Anyone else grab for shorter knives from time to time?

Cheers,
rj


----------



## labor of love

I own 210mm gyutos from time to time but honestly it's out of necessity as a cramped work environment demands it. I never understood the 210mm suji/line knife craze either(and I tried). So far, I tend to favor a variety of "240mm" gyutos for most of my work, thought the actual blade length can vary from 230-250mm. If I am going to use a 210mm Gyuto I need it to be a thin blade like wakui/kochi/ginga/kagekiyo etc etc...smaller knife better at detail/finesse stuff. Bigger knife for more power/strength.


----------



## skewed

labor of love said:


> I own 210mm gyutos from time to time but honestly it's out of necessity as a cramped work environment demands it. I never understood the 210mm suji/line knife craze either(and I tried). So far, I tend to favor a variety of "240mm" gyutos for most of my work, thought the actual blade length can vary from 230-250mm. If I am going to use a 210mm Gyuto I need it to be a thin blade like wakui/kochi/ginga/kagekiyo etc etc...smaller knife better at detail/finesse stuff. Bigger knife for more power/strength.

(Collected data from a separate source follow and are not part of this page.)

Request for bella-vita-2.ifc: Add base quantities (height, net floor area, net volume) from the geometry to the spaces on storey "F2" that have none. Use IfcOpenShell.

First a look at what the model holds.

```python
import ifcopenshell
import ifcopenshell.util.element
import ifcopenshell.util.unit

model = ifcopenshell.open("bella-vita-2.ifc")
print(model.schema)
for unit_type in ("LENGTHUNIT", "AREAUNIT", "VOLUMEUNIT"):
    print(unit_type, ifcopenshell.util.unit.calculate_unit_scale(model, unit_type))
storey = next(s for s in model.by_type("IfcBuildingStorey") if s.Name == "F2")
spaces = [e for e in ifcopenshell.util.element.get_decomposition(storey) if e.is_a("IfcSpace")]
for e in sorted(spaces, key=lambda e: e.id()):
    print(e.id(), e.is_a(), e.Name, list(ifcopenshell.util.element.get_psets(e, qtos_only=True)), sep=" | ")
```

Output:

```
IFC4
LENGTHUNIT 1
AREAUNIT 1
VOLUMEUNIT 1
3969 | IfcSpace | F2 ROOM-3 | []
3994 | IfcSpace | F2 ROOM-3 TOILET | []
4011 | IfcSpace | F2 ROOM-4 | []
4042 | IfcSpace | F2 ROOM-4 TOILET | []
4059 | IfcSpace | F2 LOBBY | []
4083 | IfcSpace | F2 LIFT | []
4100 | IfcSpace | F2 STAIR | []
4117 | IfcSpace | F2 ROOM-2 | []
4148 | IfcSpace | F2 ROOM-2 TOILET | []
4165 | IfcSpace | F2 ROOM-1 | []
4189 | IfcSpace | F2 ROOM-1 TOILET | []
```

```python
import ifcopenshell
import ifcopenshell.api.pset
import ifcopenshell.geom
import ifcopenshell.util.element
import ifcopenshell.util.shape
import ifcopenshell.util.unit

model = ifcopenshell.open("bella-vita-2.ifc")
unit_scale = ifcopenshell.util.unit.calculate_unit_scale(model)
area_scale = ifcopenshell.util.unit.calculate_unit_scale(model, "AREAUNIT")
volume_scale = ifcopenshell.util.unit.calculate_unit_scale(model, "VOLUMEUNIT")
settings = ifcopenshell.geom.settings()

storey = next(s for s in model.by_type("IfcBuildingStorey") if s.Name == "F2")
spaces = [e for e in ifcopenshell.util.element.get_decomposition(storey) if e.is_a("IfcSpace")]

for e in sorted(spaces, key=lambda e: e.id()):
    if ifcopenshell.util.element.get_psets(e, qtos_only=True, should_inherit=False):
        continue
    # Geometry comes back in metres, in the element's own axes.
    shape = ifcopenshell.geom.create_shape(settings, e)
    values = {
        "Height": ifcopenshell.util.shape.get_z(shape.geometry) / unit_scale,
        "NetFloorArea": ifcopenshell.util.shape.get_footprint_area(shape.geometry) / area_scale,
        "NetVolume": ifcopenshell.util.shape.get_volume(shape.geometry) / volume_scale,
    }
    qto = ifcopenshell.api.pset.add_qto(model, product=e, name="Qto_SpaceBaseQuantities")
    ifcopenshell.api.pset.edit_qto(model, qto=qto, properties=values)
    print(e.id(), {k: round(v, 3) for k, v in values.items()})

model.write("bella-vita-2-out.ifc")
```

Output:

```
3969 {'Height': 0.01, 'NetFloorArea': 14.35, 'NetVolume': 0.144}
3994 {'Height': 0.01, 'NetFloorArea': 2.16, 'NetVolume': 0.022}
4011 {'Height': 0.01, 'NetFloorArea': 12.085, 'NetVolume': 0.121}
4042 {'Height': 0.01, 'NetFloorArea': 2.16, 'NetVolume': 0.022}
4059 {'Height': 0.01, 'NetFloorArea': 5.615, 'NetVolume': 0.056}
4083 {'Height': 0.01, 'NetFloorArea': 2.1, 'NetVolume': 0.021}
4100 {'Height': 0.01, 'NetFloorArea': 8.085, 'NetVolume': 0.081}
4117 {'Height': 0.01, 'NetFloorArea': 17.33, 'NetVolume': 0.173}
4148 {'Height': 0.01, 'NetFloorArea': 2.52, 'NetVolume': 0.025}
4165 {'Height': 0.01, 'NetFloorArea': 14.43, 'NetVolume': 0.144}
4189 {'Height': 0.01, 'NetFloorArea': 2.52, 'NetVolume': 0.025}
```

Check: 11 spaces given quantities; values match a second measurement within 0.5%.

Interesting. I don't own very many 240s; I mostly go for 270s because 240s feel too similar to a 270 and aren't as potent as a 270. I think my enjoyment comes mostly from the vast difference in feeling when using a drastically smaller knife. I forces me to really focus on technique rather than the, as you say, power/strength of a larger heavier knife. Variety helps to keep me interested in largely mundane/rote tasks.

BTW- I too tried a few 210 pettys but a gyuto is so much more usable.

Cheers,
rj


----------



## cschoedler

Kind of depends on the task for me. I've had a few 210 gyutos but wasn't a fan. 

I have a 210 petty I use for a lot of things though. I reach for it 9 times out of 10 over my 150 petty. 

I don't consider it a replacement for a gyuto though. It just doesn't give enough knuckle clearance.


----------



## bkultra

I have tried a few 210s and find the lack of length doesn't allow for a useable flat spot. Infact I prefer my 240s to run long, 250-255mm, for this exact reason. If I had a smaller kitchen/board my views might change.


----------



## panda

I never enjoy using a 210, only do so out of necessity.


----------



## daveb

I like a 210 at home where I have time to enjoy a knife more. 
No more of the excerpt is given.